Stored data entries
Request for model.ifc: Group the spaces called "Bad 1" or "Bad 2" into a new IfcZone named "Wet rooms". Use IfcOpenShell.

First a look at what the model holds.

```python
import ifcopenshell

model = ifcopenshell.open("model.ifc")
print(model.schema)
seen = {}
for space in model.by_type("IfcSpace"):
    seen[space.LongName] = seen.get(space.LongName, 0) + 1
for name, count in sorted(seen.items(), key=str):
    print(count, "x", name)
print("zones:", [z.Name for z in model.by_type("IfcZone")][:20])
```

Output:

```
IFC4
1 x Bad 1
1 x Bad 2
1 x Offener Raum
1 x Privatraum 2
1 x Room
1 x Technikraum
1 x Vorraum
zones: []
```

```python
import ifcopenshell
import ifcopenshell.api.group
import ifcopenshell.api.root

model = ifcopenshell.open("model.ifc")

names = {"Bad 1", "Bad 2"}
spaces = [s for s in model.by_type("IfcSpace") if s.LongName in names]

zone = ifcopenshell.api.root.create_entity(model, ifc_class="IfcZone", name="Wet rooms")
ifcopenshell.api.group.assign_group(model, products=spaces, group=zone)
print(len(spaces), "spaces in", zone.Name)

model.write("model-out.ifc")
```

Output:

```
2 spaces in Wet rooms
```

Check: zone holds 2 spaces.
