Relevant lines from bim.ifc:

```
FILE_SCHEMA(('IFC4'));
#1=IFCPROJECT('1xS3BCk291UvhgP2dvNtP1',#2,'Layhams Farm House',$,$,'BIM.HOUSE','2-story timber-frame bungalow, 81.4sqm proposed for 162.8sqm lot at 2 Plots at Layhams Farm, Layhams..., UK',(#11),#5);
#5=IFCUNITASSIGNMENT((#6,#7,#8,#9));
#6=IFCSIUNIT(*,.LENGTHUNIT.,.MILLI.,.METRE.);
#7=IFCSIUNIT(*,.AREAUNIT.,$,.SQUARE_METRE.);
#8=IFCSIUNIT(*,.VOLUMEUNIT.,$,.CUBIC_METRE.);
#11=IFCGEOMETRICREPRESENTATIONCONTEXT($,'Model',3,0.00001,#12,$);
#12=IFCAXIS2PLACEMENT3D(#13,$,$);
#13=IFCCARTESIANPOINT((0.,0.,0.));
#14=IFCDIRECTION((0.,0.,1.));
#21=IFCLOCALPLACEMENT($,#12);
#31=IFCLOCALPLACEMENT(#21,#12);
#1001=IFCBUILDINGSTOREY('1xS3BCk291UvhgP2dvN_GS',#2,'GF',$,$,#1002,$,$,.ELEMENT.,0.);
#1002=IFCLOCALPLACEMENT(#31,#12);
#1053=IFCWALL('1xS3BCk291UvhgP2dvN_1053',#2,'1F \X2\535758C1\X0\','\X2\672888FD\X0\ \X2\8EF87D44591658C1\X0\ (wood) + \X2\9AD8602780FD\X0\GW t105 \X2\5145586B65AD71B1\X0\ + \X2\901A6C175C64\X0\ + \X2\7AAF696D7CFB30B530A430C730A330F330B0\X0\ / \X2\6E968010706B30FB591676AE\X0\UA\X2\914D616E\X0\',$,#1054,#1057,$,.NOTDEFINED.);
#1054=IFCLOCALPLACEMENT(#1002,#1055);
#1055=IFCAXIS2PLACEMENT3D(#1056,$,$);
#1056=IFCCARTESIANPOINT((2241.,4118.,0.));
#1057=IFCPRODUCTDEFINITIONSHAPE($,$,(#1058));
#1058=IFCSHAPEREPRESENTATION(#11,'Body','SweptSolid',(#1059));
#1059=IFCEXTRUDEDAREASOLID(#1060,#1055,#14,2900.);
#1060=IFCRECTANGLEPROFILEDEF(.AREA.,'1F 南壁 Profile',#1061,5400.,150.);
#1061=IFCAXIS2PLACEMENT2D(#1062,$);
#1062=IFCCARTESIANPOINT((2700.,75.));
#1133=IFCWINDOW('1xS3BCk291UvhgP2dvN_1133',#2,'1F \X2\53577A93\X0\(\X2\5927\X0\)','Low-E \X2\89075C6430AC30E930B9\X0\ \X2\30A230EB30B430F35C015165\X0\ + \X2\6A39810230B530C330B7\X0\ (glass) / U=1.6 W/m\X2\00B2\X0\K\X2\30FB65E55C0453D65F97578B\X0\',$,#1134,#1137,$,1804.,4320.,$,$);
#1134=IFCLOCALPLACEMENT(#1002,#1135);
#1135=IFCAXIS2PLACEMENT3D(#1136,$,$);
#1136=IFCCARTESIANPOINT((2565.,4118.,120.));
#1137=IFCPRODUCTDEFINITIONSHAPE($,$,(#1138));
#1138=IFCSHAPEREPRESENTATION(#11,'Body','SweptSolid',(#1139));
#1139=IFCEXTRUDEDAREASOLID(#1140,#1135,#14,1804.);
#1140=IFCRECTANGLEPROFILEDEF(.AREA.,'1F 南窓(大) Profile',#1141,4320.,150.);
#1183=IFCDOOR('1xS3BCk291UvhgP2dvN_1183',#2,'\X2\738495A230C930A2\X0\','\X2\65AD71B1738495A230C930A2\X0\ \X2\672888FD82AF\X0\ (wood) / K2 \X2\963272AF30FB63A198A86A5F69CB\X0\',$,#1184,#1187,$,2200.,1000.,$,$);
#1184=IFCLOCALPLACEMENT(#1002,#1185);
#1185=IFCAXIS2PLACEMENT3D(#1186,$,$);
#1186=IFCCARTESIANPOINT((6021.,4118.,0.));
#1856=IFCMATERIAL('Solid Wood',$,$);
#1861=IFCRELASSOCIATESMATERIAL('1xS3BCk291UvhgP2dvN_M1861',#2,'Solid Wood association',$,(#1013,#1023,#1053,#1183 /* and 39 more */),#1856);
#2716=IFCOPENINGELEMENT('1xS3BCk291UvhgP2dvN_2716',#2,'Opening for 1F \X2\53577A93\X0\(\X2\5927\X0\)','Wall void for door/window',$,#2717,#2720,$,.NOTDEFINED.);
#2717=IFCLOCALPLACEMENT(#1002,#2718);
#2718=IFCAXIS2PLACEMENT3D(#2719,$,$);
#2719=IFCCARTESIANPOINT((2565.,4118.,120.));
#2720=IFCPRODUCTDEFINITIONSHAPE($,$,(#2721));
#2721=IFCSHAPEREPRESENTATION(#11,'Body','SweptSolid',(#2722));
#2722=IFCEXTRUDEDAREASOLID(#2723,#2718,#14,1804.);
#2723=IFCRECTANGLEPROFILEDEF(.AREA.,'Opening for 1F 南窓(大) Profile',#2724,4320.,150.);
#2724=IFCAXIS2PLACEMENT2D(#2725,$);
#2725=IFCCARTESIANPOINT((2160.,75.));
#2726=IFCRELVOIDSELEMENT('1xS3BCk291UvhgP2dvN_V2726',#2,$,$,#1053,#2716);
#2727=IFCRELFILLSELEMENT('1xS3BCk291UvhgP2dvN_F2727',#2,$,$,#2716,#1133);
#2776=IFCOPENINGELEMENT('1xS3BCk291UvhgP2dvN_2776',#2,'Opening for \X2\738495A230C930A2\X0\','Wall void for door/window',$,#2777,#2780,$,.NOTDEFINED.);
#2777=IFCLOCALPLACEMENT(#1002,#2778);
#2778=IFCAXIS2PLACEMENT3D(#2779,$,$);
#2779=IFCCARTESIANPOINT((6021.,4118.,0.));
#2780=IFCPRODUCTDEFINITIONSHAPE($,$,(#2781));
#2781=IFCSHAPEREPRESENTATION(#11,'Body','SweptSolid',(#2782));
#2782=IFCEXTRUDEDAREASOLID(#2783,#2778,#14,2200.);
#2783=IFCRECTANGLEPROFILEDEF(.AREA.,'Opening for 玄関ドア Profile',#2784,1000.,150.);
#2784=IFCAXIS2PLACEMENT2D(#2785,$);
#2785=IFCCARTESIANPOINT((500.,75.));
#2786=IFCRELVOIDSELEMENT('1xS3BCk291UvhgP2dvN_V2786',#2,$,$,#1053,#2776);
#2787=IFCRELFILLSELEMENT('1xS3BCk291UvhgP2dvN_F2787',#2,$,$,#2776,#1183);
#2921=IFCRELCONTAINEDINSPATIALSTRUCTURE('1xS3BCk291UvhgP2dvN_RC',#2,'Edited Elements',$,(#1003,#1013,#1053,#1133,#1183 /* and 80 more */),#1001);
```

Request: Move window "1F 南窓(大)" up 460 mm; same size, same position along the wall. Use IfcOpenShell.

```python
import numpy as np
import ifcopenshell
import ifcopenshell.api.geometry
import ifcopenshell.util.placement
import ifcopenshell.util.unit

model = ifcopenshell.open("bim.ifc")
unit_scale = ifcopenshell.util.unit.calculate_unit_scale(model)

window = model.by_guid("1xS3BCk291UvhgP2dvN_1133")
opening = window.FillsVoids[0].RelatingOpeningElement
dz = 0.46 / unit_scale

shift = np.array([0.0, 0.0, dz])
# The window is not placed relative to its opening, so move both.
for product in (opening, window):
    matrix = ifcopenshell.util.placement.get_local_placement(product.ObjectPlacement)
    matrix[:3, 3] += shift
    ifcopenshell.api.geometry.edit_object_placement(model, product=product, matrix=matrix, is_si=False)

print(f"moved by {dz * unit_scale:+.3f} m")

model.write("bim-out.ifc")
```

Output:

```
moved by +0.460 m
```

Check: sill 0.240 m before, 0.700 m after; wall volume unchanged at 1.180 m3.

§ Work instructions
Among the lines above, find each one containing the string "IFCPRODUCTDEFINITIONSHAPE" and copy it.

§ Answer space
#1057=IFCPRODUCTDEFINITIONSHAPE($,$,(#1058));
#1137=IFCPRODUCTDEFINITIONSHAPE($,$,(#1138));
#2720=IFCPRODUCTDEFINITIONSHAPE($,$,(#2721));
#2780=IFCPRODUCTDEFINITIONSHAPE($,$,(#2781));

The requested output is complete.